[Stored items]

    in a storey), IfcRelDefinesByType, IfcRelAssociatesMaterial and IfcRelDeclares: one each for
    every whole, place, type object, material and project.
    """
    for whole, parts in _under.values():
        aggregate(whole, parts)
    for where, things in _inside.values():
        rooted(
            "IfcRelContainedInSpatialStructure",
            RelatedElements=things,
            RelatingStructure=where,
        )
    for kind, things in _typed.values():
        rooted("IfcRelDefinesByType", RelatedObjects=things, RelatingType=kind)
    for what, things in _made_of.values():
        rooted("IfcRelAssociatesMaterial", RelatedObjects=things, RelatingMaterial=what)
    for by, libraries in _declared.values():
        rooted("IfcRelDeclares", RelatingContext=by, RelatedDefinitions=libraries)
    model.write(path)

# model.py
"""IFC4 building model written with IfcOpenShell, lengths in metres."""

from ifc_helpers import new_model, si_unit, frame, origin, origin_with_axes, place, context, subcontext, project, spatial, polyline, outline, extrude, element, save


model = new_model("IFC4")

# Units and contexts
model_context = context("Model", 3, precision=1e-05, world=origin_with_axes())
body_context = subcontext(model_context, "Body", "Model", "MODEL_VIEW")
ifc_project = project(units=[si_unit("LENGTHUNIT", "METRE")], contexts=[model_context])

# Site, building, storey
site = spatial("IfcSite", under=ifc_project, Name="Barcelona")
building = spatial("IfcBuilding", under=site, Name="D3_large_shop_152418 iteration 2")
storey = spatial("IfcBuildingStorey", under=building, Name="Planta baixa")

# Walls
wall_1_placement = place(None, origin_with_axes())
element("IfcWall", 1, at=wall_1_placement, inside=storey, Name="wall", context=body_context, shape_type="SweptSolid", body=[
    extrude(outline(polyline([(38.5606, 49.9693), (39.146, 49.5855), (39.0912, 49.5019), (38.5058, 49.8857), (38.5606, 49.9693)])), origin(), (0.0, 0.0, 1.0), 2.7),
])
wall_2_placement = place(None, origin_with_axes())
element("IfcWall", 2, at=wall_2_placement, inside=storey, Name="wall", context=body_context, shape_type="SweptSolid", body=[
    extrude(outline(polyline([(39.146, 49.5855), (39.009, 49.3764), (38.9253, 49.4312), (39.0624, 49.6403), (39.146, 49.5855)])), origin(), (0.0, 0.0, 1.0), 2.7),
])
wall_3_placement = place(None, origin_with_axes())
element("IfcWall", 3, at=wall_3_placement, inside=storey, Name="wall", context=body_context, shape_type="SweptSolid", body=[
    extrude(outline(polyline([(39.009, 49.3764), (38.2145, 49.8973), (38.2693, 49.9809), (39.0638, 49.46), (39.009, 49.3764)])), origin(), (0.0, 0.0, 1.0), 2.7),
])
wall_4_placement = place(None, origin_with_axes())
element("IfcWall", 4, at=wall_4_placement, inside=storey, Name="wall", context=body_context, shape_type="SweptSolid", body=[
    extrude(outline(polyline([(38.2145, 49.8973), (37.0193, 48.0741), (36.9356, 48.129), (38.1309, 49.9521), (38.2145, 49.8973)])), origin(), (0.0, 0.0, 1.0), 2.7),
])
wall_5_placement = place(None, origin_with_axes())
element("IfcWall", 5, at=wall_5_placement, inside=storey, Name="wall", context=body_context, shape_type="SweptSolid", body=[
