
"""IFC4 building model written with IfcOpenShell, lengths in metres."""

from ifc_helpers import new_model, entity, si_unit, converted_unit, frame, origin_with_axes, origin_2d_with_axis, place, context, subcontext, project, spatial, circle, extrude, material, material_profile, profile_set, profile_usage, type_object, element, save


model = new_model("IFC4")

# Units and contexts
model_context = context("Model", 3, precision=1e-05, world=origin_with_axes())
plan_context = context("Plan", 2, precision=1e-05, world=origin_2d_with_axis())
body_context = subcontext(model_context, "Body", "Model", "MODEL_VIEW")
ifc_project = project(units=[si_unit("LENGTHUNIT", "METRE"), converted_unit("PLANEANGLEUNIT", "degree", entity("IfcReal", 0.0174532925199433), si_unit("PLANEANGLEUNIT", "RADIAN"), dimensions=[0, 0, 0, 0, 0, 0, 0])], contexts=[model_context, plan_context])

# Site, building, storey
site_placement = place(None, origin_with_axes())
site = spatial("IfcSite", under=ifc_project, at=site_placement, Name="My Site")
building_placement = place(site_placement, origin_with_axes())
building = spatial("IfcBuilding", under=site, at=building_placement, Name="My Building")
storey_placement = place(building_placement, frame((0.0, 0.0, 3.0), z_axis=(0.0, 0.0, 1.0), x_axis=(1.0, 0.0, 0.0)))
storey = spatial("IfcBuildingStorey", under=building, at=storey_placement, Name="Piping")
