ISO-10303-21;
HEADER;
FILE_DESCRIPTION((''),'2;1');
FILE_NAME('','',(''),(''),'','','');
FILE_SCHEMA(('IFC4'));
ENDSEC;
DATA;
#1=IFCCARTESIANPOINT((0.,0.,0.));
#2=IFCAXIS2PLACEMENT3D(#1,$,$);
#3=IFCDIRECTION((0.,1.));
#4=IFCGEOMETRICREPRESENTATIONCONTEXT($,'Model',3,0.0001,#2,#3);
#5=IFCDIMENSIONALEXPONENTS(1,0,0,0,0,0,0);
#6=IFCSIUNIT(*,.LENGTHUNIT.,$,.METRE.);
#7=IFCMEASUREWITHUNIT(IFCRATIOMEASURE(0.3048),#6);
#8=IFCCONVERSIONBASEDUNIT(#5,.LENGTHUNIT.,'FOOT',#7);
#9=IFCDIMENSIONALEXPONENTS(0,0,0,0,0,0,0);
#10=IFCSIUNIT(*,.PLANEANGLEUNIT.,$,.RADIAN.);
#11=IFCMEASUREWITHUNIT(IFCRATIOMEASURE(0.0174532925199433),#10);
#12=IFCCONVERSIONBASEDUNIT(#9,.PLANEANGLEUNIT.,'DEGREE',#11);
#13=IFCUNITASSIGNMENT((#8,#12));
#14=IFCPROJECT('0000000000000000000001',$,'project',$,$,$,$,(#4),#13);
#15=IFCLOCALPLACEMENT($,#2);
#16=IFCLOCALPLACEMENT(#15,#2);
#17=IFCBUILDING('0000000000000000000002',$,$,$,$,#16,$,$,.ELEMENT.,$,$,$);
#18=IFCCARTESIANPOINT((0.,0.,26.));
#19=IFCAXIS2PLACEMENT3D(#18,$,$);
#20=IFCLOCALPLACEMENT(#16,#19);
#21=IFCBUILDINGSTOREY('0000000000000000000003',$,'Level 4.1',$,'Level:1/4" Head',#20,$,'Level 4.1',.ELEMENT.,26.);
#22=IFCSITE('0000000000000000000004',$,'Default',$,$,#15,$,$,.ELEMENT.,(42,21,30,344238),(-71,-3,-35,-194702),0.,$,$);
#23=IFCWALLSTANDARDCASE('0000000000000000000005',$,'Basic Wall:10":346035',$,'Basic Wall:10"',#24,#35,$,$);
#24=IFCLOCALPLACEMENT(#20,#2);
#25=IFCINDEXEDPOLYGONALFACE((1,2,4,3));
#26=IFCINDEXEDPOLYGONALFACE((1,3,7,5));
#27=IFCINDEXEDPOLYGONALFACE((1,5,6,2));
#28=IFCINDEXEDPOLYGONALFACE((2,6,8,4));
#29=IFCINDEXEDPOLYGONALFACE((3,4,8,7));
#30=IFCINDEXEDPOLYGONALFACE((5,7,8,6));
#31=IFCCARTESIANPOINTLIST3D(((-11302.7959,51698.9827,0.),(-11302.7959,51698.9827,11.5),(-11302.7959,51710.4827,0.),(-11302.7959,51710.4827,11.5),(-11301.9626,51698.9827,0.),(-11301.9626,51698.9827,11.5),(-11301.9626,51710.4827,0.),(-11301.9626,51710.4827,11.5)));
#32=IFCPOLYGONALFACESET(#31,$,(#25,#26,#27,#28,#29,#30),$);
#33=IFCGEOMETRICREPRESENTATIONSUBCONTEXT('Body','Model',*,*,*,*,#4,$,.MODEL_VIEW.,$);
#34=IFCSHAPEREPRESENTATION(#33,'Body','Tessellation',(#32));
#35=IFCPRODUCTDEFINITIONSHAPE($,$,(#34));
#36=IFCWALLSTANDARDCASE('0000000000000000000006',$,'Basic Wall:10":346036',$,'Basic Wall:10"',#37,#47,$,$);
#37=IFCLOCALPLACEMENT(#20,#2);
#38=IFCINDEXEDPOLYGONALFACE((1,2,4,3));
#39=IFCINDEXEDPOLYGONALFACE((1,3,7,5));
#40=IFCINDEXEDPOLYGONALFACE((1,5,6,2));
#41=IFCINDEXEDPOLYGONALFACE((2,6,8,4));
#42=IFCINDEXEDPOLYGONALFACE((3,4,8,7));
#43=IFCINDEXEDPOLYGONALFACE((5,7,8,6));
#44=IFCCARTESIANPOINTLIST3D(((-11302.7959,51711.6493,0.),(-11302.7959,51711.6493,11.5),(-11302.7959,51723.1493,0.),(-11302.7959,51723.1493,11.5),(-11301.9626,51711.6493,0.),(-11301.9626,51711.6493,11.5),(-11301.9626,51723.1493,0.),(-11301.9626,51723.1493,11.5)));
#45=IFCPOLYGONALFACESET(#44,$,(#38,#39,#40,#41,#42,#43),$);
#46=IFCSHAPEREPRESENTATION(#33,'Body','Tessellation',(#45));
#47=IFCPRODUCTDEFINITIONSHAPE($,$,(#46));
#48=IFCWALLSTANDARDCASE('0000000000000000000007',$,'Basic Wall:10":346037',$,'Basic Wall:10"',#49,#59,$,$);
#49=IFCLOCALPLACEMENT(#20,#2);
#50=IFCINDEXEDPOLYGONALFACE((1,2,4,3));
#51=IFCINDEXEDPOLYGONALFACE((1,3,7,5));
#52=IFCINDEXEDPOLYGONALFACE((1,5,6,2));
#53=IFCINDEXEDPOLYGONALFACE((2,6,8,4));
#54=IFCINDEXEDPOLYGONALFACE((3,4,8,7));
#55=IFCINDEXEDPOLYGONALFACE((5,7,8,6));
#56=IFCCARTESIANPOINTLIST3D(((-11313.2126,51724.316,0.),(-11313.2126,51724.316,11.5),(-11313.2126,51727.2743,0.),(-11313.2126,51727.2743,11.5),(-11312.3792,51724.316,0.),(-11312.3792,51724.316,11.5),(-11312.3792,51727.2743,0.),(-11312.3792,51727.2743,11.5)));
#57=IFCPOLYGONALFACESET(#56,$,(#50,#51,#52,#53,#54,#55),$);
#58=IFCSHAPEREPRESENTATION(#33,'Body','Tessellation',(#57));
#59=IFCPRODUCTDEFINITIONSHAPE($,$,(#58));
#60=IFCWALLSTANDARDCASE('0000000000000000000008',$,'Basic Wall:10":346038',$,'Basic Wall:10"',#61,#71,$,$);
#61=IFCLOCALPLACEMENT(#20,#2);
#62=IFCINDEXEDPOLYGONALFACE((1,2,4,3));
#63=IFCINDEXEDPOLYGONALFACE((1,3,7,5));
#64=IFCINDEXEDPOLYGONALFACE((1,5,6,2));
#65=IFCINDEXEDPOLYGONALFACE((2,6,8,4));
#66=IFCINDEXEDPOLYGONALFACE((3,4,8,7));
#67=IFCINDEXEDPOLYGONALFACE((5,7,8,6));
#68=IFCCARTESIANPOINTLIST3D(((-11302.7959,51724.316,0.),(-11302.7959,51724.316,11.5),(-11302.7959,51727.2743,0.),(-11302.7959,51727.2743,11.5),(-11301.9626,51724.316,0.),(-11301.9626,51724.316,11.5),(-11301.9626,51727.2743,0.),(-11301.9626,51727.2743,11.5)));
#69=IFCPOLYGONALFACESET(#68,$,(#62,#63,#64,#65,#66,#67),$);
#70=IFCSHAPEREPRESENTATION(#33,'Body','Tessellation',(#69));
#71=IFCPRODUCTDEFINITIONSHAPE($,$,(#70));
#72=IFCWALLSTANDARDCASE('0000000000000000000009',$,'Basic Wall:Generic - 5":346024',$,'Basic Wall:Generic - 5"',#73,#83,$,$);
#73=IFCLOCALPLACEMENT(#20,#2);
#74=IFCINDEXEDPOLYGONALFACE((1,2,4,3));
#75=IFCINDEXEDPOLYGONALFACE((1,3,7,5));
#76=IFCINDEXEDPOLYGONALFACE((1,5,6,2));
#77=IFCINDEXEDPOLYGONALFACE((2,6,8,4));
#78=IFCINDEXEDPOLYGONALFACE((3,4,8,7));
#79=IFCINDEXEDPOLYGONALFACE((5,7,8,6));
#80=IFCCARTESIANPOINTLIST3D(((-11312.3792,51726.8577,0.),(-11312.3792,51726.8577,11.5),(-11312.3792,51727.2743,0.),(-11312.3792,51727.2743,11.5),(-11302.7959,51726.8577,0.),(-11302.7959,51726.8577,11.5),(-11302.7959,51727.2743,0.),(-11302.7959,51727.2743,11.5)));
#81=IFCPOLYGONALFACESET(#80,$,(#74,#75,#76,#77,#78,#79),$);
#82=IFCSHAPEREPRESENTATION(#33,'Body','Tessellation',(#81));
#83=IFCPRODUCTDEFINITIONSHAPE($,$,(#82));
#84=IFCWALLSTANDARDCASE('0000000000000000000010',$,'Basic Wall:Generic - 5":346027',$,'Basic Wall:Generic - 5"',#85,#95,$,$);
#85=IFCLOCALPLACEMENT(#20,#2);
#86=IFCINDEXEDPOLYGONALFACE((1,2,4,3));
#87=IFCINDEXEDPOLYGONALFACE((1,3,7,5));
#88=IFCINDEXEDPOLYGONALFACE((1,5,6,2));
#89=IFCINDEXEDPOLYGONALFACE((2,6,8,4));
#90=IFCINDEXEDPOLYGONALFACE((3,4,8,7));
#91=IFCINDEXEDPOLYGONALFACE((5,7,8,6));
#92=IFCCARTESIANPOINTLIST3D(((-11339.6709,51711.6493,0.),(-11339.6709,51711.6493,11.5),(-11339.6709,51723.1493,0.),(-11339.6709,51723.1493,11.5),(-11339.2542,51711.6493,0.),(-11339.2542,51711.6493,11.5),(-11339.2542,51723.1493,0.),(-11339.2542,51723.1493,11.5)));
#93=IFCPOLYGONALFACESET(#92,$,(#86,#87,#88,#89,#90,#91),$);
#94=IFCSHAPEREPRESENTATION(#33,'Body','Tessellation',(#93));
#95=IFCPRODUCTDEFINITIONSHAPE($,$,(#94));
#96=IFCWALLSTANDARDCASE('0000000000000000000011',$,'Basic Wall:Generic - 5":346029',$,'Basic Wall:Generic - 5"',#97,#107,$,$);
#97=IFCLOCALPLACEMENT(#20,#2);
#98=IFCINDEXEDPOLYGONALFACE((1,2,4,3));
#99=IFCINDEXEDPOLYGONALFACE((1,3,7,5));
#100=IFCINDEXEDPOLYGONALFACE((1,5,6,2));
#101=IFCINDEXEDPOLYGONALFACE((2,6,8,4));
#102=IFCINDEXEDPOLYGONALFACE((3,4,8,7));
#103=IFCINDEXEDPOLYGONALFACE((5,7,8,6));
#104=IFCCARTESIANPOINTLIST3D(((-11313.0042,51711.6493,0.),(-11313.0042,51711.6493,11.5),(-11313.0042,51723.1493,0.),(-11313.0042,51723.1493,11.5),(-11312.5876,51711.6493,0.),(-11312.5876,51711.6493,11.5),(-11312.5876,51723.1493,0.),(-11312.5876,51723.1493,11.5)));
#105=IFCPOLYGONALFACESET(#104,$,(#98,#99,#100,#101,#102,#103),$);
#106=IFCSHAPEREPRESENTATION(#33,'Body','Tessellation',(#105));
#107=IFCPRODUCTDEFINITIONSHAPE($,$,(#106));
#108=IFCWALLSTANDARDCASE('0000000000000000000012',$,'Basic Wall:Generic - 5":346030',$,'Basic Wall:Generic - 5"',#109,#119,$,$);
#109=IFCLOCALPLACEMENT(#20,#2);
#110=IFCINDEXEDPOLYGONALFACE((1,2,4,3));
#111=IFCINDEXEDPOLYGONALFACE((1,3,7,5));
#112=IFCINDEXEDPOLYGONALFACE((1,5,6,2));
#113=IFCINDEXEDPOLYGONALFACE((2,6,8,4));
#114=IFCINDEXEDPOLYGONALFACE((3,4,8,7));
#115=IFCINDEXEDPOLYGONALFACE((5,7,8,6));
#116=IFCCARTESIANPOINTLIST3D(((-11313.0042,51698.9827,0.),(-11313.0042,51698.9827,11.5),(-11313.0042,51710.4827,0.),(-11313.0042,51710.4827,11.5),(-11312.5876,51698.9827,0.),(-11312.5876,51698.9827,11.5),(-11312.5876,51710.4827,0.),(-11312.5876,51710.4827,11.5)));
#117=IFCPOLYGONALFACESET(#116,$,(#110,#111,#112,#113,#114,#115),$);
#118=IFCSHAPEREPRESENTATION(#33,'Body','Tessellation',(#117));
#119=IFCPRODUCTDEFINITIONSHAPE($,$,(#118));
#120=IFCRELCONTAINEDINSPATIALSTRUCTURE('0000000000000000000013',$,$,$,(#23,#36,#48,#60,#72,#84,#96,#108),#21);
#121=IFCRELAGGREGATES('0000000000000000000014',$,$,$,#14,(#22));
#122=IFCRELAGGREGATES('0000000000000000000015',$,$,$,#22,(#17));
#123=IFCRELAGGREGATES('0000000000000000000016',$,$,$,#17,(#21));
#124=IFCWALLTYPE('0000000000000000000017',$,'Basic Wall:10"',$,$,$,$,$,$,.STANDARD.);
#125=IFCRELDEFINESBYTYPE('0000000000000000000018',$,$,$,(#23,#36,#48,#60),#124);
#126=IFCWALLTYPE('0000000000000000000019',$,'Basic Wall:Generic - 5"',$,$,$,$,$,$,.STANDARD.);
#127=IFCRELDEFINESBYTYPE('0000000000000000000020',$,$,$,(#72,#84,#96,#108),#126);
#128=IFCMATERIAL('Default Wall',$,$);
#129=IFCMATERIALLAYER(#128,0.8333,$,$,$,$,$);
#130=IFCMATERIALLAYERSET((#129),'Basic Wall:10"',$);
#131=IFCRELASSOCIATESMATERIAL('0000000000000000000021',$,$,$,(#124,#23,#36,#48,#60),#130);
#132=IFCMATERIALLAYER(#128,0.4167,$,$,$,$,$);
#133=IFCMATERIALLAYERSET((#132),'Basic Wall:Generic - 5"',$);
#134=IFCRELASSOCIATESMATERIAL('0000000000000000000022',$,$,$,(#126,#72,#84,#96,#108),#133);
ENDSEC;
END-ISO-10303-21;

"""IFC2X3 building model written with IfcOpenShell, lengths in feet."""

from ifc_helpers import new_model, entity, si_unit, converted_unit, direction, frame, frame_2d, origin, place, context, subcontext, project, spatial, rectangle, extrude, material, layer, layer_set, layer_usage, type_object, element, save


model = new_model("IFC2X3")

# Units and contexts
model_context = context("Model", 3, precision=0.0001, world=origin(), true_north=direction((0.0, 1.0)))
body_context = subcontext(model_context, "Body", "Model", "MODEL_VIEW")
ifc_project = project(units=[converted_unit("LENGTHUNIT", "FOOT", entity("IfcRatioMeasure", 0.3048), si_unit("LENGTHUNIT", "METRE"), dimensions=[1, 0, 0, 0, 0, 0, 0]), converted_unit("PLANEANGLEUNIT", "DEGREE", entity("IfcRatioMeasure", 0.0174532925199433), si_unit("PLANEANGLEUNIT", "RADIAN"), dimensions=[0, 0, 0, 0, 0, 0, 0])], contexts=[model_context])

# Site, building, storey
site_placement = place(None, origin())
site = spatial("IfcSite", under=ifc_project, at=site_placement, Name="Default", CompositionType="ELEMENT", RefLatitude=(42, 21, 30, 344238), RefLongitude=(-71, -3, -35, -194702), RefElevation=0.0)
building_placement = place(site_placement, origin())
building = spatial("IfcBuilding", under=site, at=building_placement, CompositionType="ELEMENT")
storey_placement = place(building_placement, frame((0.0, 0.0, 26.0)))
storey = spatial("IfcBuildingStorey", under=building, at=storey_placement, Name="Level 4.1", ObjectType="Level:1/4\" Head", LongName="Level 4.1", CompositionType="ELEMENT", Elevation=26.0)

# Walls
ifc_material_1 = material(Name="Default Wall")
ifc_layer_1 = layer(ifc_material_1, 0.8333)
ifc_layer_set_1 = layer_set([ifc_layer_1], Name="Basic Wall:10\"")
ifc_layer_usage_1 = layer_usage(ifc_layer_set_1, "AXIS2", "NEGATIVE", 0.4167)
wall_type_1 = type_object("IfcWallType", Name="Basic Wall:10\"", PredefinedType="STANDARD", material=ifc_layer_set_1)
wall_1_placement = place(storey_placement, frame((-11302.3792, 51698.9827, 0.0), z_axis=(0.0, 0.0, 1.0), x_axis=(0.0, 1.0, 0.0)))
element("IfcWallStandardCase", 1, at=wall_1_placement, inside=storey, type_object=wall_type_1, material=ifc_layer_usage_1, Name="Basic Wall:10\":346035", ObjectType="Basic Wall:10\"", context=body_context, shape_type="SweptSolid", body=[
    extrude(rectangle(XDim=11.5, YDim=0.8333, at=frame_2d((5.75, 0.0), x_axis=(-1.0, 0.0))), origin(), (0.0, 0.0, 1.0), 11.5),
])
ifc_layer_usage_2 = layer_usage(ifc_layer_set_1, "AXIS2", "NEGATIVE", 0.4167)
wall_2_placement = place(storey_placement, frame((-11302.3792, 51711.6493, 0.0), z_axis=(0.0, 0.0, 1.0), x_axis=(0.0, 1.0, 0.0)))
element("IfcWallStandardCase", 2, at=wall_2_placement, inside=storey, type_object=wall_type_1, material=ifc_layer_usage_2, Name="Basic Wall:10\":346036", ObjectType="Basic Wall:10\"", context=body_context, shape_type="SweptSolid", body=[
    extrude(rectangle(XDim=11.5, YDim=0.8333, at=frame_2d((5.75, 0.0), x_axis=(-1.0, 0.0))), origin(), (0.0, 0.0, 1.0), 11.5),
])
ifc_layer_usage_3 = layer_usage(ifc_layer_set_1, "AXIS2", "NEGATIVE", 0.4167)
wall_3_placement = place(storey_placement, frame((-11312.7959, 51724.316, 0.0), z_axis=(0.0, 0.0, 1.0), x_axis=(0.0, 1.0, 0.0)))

◆ EXERCISE
Reproduce every line in the records above that contains the word "kind".

◆ EXERCISE RESULT
    for kind, things in _typed.values():
        rooted("IfcRelDefinesByType", RelatedObjects=things, RelatingType=kind)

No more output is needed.